Optimizing code
1. Introduction
This chapter mentions a few techniques you can use to optimize code for the DS specifically, not general techniques that apply to all code in general.
2. Profiling code
Before you try to optimize any code, you should make sure you can compare how fast the old and new versions are. There are a few options you can use depending on the level of accuracy you want:
-
Create an FPS counter and look for framerate drops. This is only useful for applications that are really slow and sometimes go below 60 FPS.
-
Check the value of
REG_VCOUNTwhen you start running the code you want to profile, and after the code has finished. The difference is the number of scanlines that the code has needed to run. This isn’t very accurate, but it can be good enough in many cases. For example, you could use it to see how much time per frame you require to simulate the physics of your game and how much time is spent rendering the graphics. This kind of things usually take a significant amount of time per frame, so you may see that your code takes tens of scanlines to finish. -
Use hardware timers to calculate how much time some code needs to run to the maximum accuraccy supported by the DS. This can be used to measure everything, from single functions to how long your game loop runs for. Libnds has a few functions to help you do this:
-
cpuStartTiming(0)starts two timers running in cascade mode. If you select timer 0, it will use timers 0 and 1. -
cpuEndTiming()stops the timers and returns the number of timer ticks that have passed sincecpuStartTiming(). You can usetimerTicks2usec()to convert it to microseconds if you want.
You can see an example of using this system here:
examples/time/profiling -
3. ARM/Thumb CPU modes
By default BlocksDS asks GCC to compile all code as Thumb code, not ARM. The two CPU modes have a few differences:
ARM:
- Instructions are 32-bit wide.
- All instructions can be executed conditionally.
- It supports multiplications from 32-bit wide operands into a 64-bit wide result. This is also used by compilers to optimize divisions by constants.
- All CPU registers are treated equally.
- The CPU mode and status can be changed in this mode.
Thumb:
- Instructions are 16-bit wide.
- The only conditional instructions are jumps.
- Multiplications have a 32-bit wide result.
- Registers
r0tor7are more convenient to use than the rest. - The CPU mode and status can’t be changed.
In general, this means that ARM code can do more things per instruction, but at a cost of needing more space for the code. Reading code from memory takes time, so the extra size of ARM functions needs to be considered when switching functions from Thumb to ARM.

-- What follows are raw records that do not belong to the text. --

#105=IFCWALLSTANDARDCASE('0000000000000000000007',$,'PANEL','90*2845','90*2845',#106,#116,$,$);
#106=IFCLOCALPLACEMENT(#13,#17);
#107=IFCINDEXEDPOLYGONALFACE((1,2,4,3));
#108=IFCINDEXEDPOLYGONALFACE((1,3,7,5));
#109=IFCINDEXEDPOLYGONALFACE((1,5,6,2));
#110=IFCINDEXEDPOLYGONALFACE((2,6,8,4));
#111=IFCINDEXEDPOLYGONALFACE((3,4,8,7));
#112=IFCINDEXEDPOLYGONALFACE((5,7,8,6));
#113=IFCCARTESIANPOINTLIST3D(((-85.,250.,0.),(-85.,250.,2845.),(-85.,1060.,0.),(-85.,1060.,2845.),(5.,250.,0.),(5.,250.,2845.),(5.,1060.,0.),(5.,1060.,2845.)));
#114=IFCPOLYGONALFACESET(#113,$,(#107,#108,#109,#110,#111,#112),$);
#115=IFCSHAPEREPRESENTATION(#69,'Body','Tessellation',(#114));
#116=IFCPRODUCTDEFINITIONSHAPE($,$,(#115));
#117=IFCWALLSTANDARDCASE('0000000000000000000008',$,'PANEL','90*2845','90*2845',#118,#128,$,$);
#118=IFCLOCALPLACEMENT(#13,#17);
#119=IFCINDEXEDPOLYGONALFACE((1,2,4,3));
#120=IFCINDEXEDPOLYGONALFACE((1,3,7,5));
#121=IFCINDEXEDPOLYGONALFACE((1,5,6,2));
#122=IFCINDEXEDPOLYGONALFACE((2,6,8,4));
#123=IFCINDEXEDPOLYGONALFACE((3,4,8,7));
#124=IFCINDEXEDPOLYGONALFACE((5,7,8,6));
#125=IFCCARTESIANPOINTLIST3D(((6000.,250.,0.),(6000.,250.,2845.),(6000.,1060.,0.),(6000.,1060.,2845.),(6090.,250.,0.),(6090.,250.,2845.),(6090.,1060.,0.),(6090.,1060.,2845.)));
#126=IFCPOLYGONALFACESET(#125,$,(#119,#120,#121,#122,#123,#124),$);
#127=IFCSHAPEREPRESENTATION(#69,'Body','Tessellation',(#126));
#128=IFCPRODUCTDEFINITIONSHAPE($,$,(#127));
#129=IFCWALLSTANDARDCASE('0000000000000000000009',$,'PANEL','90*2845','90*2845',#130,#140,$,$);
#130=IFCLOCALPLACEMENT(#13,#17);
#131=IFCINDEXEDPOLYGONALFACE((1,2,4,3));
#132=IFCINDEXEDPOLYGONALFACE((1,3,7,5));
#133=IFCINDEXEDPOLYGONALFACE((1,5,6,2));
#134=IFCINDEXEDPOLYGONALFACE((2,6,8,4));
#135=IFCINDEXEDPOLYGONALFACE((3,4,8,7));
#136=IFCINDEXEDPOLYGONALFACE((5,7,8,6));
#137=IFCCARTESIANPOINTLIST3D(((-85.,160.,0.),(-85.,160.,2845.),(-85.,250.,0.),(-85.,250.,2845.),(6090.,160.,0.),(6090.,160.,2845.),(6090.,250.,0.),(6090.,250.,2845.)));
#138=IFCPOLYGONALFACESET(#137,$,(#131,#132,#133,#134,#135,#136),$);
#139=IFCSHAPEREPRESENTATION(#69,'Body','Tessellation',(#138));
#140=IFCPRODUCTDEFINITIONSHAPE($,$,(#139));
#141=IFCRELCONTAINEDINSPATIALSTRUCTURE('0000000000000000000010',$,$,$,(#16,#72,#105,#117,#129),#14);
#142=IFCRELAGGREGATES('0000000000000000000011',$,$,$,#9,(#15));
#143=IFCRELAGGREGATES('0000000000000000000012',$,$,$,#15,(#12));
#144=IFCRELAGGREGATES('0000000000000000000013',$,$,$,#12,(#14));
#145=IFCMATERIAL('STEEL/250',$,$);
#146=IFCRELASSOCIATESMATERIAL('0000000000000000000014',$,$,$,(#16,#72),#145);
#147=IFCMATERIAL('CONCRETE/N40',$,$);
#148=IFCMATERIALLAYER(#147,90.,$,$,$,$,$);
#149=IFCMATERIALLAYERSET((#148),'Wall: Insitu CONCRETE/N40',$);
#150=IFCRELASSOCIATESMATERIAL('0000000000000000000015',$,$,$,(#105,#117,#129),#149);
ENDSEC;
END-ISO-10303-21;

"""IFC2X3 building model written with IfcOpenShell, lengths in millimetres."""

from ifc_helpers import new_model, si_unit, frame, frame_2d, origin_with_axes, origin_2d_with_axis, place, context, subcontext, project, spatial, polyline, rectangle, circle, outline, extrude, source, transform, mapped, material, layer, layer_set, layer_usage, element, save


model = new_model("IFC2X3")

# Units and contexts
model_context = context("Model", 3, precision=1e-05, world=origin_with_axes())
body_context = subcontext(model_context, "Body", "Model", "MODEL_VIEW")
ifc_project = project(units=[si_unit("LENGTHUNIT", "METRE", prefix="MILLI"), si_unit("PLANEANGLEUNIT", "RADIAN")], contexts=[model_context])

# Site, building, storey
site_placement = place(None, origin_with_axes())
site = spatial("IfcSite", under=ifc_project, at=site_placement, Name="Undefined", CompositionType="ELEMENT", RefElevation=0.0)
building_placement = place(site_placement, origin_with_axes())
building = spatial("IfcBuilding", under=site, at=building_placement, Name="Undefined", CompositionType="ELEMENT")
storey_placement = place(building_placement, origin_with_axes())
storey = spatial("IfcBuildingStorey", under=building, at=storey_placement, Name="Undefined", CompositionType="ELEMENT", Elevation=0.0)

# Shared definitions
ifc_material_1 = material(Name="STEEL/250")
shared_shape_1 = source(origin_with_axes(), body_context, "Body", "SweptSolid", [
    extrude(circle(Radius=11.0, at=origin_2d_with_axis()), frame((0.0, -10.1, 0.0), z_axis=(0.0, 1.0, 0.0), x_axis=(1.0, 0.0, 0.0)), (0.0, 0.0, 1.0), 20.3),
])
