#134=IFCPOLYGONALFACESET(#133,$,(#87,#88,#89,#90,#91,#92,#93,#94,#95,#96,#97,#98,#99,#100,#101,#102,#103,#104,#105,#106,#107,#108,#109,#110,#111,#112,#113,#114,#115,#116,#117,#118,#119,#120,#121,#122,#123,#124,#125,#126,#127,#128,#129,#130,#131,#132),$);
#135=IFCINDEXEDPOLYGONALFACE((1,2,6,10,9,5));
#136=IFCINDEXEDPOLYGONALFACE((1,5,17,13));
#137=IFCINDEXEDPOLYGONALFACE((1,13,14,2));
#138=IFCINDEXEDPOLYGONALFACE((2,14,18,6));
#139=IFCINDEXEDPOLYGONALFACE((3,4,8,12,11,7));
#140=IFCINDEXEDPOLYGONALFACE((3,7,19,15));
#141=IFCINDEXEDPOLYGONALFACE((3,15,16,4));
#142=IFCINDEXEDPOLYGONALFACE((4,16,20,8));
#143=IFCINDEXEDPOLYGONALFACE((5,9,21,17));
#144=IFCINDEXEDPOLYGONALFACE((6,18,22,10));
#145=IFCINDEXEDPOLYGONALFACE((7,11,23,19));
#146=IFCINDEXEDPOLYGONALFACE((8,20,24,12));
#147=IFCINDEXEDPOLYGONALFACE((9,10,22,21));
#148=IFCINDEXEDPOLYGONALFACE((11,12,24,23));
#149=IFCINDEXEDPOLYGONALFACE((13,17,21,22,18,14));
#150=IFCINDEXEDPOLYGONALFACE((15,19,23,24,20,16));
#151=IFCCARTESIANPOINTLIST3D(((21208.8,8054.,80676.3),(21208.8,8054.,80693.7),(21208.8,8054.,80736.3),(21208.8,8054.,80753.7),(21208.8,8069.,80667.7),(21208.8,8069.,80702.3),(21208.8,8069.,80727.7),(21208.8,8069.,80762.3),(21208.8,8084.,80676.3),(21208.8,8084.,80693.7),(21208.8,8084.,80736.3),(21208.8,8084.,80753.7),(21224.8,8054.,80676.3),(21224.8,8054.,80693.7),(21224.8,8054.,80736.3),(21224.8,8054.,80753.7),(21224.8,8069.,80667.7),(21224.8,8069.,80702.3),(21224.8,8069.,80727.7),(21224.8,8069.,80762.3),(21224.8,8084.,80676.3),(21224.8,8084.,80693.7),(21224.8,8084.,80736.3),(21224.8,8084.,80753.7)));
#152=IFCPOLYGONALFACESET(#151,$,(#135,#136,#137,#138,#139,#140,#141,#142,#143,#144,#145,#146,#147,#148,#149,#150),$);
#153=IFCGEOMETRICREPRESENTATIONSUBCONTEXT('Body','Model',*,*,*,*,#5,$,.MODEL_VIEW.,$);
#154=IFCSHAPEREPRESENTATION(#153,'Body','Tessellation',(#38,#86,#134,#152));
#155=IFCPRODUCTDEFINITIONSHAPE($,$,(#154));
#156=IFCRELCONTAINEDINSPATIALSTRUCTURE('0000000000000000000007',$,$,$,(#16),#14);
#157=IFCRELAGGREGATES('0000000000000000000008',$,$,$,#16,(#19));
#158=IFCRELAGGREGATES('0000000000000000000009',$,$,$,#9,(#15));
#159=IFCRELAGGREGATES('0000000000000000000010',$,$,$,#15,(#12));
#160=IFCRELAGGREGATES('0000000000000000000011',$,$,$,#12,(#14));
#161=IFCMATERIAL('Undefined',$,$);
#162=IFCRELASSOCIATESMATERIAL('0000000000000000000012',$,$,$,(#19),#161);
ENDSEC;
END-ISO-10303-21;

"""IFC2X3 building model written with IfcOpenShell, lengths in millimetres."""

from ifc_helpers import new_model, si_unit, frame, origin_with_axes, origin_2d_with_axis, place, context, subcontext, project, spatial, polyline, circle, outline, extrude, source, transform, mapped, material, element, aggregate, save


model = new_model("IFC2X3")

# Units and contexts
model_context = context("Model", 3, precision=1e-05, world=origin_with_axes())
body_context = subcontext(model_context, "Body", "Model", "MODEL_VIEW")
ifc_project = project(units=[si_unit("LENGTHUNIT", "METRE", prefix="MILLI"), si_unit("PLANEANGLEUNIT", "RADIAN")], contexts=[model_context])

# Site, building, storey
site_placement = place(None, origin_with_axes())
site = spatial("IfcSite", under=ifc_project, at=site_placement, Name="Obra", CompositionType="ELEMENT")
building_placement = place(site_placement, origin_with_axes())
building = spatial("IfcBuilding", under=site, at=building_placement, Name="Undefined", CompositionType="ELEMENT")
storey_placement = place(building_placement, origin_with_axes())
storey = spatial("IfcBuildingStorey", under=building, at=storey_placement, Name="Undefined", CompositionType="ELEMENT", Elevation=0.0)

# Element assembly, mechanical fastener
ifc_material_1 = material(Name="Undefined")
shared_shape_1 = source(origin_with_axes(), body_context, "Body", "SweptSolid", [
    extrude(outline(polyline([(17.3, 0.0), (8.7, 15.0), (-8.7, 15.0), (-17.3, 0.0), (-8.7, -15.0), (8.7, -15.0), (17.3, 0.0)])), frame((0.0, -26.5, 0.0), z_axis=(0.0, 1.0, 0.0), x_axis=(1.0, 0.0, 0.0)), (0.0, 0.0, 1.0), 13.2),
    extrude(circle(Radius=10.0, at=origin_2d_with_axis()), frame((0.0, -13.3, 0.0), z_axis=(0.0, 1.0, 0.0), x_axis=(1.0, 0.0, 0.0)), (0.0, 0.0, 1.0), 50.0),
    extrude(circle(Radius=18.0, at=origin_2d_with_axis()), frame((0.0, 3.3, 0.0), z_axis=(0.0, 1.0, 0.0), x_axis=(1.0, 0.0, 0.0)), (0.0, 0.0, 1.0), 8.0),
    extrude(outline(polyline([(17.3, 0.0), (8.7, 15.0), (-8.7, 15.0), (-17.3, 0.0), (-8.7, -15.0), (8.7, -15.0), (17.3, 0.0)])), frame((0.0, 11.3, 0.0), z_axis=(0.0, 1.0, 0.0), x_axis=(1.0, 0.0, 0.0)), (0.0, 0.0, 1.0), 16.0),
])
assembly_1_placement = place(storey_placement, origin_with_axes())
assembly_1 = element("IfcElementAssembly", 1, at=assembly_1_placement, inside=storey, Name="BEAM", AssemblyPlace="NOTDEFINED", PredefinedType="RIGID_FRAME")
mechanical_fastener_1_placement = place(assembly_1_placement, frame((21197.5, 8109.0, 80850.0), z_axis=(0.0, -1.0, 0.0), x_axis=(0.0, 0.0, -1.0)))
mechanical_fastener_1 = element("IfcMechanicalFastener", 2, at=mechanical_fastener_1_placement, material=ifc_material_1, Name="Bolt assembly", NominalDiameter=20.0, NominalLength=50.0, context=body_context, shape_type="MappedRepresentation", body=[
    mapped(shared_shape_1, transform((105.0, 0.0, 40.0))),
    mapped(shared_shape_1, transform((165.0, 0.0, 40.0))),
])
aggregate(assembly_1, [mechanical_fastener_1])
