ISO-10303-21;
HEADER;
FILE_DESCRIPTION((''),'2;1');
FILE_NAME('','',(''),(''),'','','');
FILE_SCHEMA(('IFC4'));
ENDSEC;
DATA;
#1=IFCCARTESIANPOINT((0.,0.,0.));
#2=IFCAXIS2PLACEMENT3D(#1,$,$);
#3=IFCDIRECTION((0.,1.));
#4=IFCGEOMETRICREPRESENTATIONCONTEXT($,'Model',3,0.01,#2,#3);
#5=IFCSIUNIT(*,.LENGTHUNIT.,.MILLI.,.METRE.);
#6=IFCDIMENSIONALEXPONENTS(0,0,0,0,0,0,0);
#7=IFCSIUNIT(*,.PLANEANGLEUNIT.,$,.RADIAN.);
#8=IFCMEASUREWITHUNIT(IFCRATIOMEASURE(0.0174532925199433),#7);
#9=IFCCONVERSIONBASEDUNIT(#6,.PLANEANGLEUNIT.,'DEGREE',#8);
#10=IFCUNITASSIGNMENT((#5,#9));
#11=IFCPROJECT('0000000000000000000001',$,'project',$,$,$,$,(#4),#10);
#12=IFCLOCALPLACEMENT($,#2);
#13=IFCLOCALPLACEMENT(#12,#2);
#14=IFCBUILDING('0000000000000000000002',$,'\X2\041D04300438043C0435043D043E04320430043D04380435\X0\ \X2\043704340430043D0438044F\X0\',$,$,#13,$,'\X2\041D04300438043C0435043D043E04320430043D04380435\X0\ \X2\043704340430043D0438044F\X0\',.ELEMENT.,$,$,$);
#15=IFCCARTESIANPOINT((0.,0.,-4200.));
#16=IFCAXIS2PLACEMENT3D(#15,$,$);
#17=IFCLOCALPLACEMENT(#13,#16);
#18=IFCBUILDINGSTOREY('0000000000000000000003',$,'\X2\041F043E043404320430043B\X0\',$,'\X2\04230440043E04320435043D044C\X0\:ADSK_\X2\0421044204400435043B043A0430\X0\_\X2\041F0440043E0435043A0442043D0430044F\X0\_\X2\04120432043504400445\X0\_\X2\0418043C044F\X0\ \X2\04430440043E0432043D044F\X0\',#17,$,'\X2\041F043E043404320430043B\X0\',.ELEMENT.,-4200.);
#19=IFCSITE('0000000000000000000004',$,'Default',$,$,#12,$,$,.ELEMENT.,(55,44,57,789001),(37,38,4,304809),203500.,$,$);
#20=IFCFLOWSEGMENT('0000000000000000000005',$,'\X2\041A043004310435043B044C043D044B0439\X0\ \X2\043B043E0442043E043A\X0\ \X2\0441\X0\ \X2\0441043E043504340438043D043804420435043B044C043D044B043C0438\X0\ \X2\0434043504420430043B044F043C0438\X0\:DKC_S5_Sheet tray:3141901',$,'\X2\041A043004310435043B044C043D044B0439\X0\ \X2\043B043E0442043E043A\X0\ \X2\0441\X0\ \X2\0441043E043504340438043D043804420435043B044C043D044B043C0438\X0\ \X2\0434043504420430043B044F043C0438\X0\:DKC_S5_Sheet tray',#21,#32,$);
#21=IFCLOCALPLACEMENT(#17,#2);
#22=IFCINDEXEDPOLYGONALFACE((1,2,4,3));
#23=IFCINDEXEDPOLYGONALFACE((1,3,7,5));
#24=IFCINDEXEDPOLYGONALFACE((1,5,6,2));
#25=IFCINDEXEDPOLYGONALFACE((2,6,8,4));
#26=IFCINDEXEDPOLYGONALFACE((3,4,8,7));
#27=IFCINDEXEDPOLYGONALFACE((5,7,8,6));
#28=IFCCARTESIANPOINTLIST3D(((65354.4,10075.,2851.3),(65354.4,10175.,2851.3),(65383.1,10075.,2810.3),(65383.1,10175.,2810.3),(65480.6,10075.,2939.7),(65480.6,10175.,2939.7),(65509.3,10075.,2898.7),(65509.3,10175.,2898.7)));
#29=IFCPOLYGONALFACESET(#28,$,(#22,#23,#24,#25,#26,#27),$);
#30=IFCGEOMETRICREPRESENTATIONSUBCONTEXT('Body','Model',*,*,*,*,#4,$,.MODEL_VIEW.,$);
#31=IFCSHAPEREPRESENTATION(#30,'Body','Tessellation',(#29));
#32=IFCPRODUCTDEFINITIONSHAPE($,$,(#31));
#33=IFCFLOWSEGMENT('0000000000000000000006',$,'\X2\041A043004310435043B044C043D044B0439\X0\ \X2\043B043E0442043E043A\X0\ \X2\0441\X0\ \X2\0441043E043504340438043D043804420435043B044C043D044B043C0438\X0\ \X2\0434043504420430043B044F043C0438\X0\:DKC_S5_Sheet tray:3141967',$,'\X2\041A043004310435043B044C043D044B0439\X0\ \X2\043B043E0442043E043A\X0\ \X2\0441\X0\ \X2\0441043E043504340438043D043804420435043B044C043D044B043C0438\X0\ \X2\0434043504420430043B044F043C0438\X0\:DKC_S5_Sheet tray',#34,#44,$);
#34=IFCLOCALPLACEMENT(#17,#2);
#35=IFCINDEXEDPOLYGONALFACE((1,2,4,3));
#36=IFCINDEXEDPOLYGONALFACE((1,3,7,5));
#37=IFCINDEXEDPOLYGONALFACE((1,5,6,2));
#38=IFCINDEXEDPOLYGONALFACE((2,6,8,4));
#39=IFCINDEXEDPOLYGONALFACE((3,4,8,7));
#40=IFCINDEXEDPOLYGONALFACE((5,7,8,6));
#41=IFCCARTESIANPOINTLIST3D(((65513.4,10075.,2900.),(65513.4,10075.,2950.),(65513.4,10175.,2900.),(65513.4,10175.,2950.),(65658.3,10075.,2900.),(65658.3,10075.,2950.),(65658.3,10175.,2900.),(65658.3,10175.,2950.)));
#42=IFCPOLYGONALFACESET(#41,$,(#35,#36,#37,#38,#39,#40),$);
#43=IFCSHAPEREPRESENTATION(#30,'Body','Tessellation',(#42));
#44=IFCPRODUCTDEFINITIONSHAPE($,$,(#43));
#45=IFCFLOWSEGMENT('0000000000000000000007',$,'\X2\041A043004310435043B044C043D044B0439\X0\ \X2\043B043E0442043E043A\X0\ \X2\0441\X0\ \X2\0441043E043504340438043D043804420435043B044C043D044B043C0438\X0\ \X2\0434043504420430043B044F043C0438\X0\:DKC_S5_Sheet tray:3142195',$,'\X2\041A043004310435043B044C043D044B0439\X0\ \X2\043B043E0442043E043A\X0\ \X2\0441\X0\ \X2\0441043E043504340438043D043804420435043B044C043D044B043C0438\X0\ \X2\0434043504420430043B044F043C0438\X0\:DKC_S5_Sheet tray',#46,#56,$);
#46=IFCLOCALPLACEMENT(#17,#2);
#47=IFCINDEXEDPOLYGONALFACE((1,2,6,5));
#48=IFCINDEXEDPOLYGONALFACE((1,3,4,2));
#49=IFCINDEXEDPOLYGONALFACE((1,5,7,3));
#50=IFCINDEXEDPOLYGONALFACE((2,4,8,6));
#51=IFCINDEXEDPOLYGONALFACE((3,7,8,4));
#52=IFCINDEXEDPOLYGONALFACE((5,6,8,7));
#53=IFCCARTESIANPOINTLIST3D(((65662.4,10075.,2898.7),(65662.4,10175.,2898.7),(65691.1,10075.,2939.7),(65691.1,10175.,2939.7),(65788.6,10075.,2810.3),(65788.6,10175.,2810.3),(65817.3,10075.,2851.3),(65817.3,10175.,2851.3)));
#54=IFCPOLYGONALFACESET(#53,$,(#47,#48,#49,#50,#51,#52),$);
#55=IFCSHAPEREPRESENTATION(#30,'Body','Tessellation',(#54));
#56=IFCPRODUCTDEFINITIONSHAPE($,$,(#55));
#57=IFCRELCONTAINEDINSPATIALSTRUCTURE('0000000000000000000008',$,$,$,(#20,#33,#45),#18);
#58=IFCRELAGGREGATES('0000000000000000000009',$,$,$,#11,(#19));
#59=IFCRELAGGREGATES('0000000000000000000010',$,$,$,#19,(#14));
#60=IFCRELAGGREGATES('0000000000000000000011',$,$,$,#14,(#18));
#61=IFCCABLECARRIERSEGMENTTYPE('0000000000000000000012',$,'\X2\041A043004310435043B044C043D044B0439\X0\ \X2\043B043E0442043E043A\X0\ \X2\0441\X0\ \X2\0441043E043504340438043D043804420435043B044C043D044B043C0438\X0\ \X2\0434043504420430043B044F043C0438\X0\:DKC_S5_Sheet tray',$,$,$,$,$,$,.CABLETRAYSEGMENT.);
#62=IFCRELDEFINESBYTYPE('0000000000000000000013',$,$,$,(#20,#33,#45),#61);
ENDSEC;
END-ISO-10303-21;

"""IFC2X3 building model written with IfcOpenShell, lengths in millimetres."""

from ifc_helpers import new_model, entity, si_unit, converted_unit, direction, frame, frame_2d, origin, place, context, subcontext, project, spatial, rectangle, extrude, type_object, element, save


model = new_model("IFC2X3")

# Units and contexts
model_context = context("Model", 3, precision=0.01, world=origin(), true_north=direction((0.0, 1.0)))
body_context = subcontext(model_context, "Body", "Model", "MODEL_VIEW")
ifc_project = project(units=[si_unit("LENGTHUNIT", "METRE", prefix="MILLI"), converted_unit("PLANEANGLEUNIT", "DEGREE", entity("IfcRatioMeasure", 0.0174532925199433), si_unit("PLANEANGLEUNIT", "RADIAN"), dimensions=[0, 0, 0, 0, 0, 0, 0])], contexts=[model_context])

# Site, building, storey
site_placement = place(None, frame((0.0, 0.0, 0.0)))
site = spatial("IfcSite", under=ifc_project, at=site_placement, Name="Default", CompositionType="ELEMENT", RefLatitude=(55, 44, 57, 789001), RefLongitude=(37, 38, 4, 304809), RefElevation=203500.0)
building_placement = place(site_placement, origin())
building = spatial("IfcBuilding", under=site, at=building_placement, Name="Наименование здания", LongName="Наименование здания", CompositionType="ELEMENT")
storey_placement = place(building_placement, frame((0.0, 0.0, -4200.0)))
storey = spatial("IfcBuildingStorey", under=building, at=storey_placement, Name="Подвал", ObjectType="Уровень:ADSK_Стрелка_Проектная_Вверх_Имя уровня", LongName="Подвал", CompositionType="ELEMENT", Elevation=-4200.0)

# Flow segments
cable_carrier_segment_type = type_object("IfcCableCarrierSegmentType", Name="Кабельный лоток с соединительными деталями:DKC_S5_Sheet tray", PredefinedType="CABLETRAYSEGMENT")
flow_segment_1_placement = place(storey_placement, frame((65354.4, 10075.0, 2810.3)))
element("IfcFlowSegment", 1, at=flow_segment_1_placement, inside=storey, type_object=cable_carrier_segment_type, Name="Кабельный лоток с соединительными деталями:DKC_S5_Sheet tray:3141901", ObjectType="Кабельный лоток с соединительными деталями:DKC_S5_Sheet tray", context=body_context, shape_type="SweptSolid", body=[
    extrude(rectangle(XDim=50.0, YDim=100.0, at=frame_2d((0.0, 0.0), x_axis=(0.0, 1.0))), frame((14.3, 50.0, 20.5), z_axis=(0.819152, 0.0, 0.573576), x_axis=(0.0, 1.0, 0.0)), (0.0, 0.0, 1.0), 154.1),
])
flow_segment_2_placement = place(storey_placement, frame((65513.4, 10075.0, 2900.0)))
element("IfcFlowSegment", 2, at=flow_segment_2_placement, inside=storey, type_object=cable_carrier_segment_type, Name="Кабельный лоток с соединительными деталями:DKC_S5_Sheet tray:3141967", ObjectType="Кабельный лоток с соединительными деталями:DKC_S5_Sheet tray", context=body_context, shape_type="SweptSolid", body=[
    extrude(rectangle(XDim=144.9, YDim=100.0, at=frame_2d((0.0, 0.0), x_axis=(1.0, 0.0))), frame((72.4, 50.0, 0.0), z_axis=(0.0, 0.0, 1.0), x_axis=(-1.0, 0.0, 0.0)), (0.0, 0.0, 1.0), 50.0),
])
flow_segment_3_placement = place(storey_placement, frame((65662.4, 10075.0, 2810.3)))
element("IfcFlowSegment", 3, at=flow_segment_3_placement, inside=storey, type_object=cable_carrier_segment_type, Name="Кабельный лоток с соединительными деталями:DKC_S5_Sheet tray:3142195", ObjectType="Кабельный лоток с соединительными деталями:DKC_S5_Sheet tray", context=body_context, shape_type="SweptSolid", body=[
    extrude(rectangle(XDim=50.0, YDim=100.0, at=frame_2d((0.0, 0.0), x_axis=(1.0, 0.0))), frame((14.3, 50.0, 108.8), z_axis=(0.819152, 0.0, -0.573576), x_axis=(0.573576, 0.0, 0.819152)), (0.0, 0.0, 1.0), 154.1),
])

save(model, "model.ifc")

The ARM9 has an instruction cache, so keeping your code small can speed it up significantly: the cache will have to swap code in and out less frequently. Also, the ARM9 has ITCM, where you can place code that needs to be particularly fast. If you want more details, check the chapter about the TCM and cache.
There are two options to tell GCC to build your code as ARM:
-
You can tag the implementation of your functions with
ARM_CODE. The default is Thumb, which is equivalent to usingTHUMB_CODE:ARM_CODE int test_function(int a, int b) { return a + b; } THUMB_CODE int test_function2(int a, int b) { return a + b; } -
If you’re using the default makefiles of BlocksDS You can rename your
.cand.cppfiles to.arm.cand.arm.cpp. All the code in that file will be built as ARM (unlessTHUMB_CODEis used).
When should you use ARM code?
- You have a function that does a lot of multiplications (for example, for 3D graphics) that runs very frequently.
- You have a big and complicated function with many variables that needs to be very fast.
However, making GCC build your functions as ARM won’t always make your code faster. Very simple functions won’t benefit from it, or functions that are executed very rarely. Sometimes, moving your Thumb functions to ITCM is enough to make it fast, and building it as ARM won’t help that much.
Remember to always profile your code before and after making this kind of changes. Optimizing rarely used functions isn’t useful. Optimizing your most frequently used functions will have a very big effect.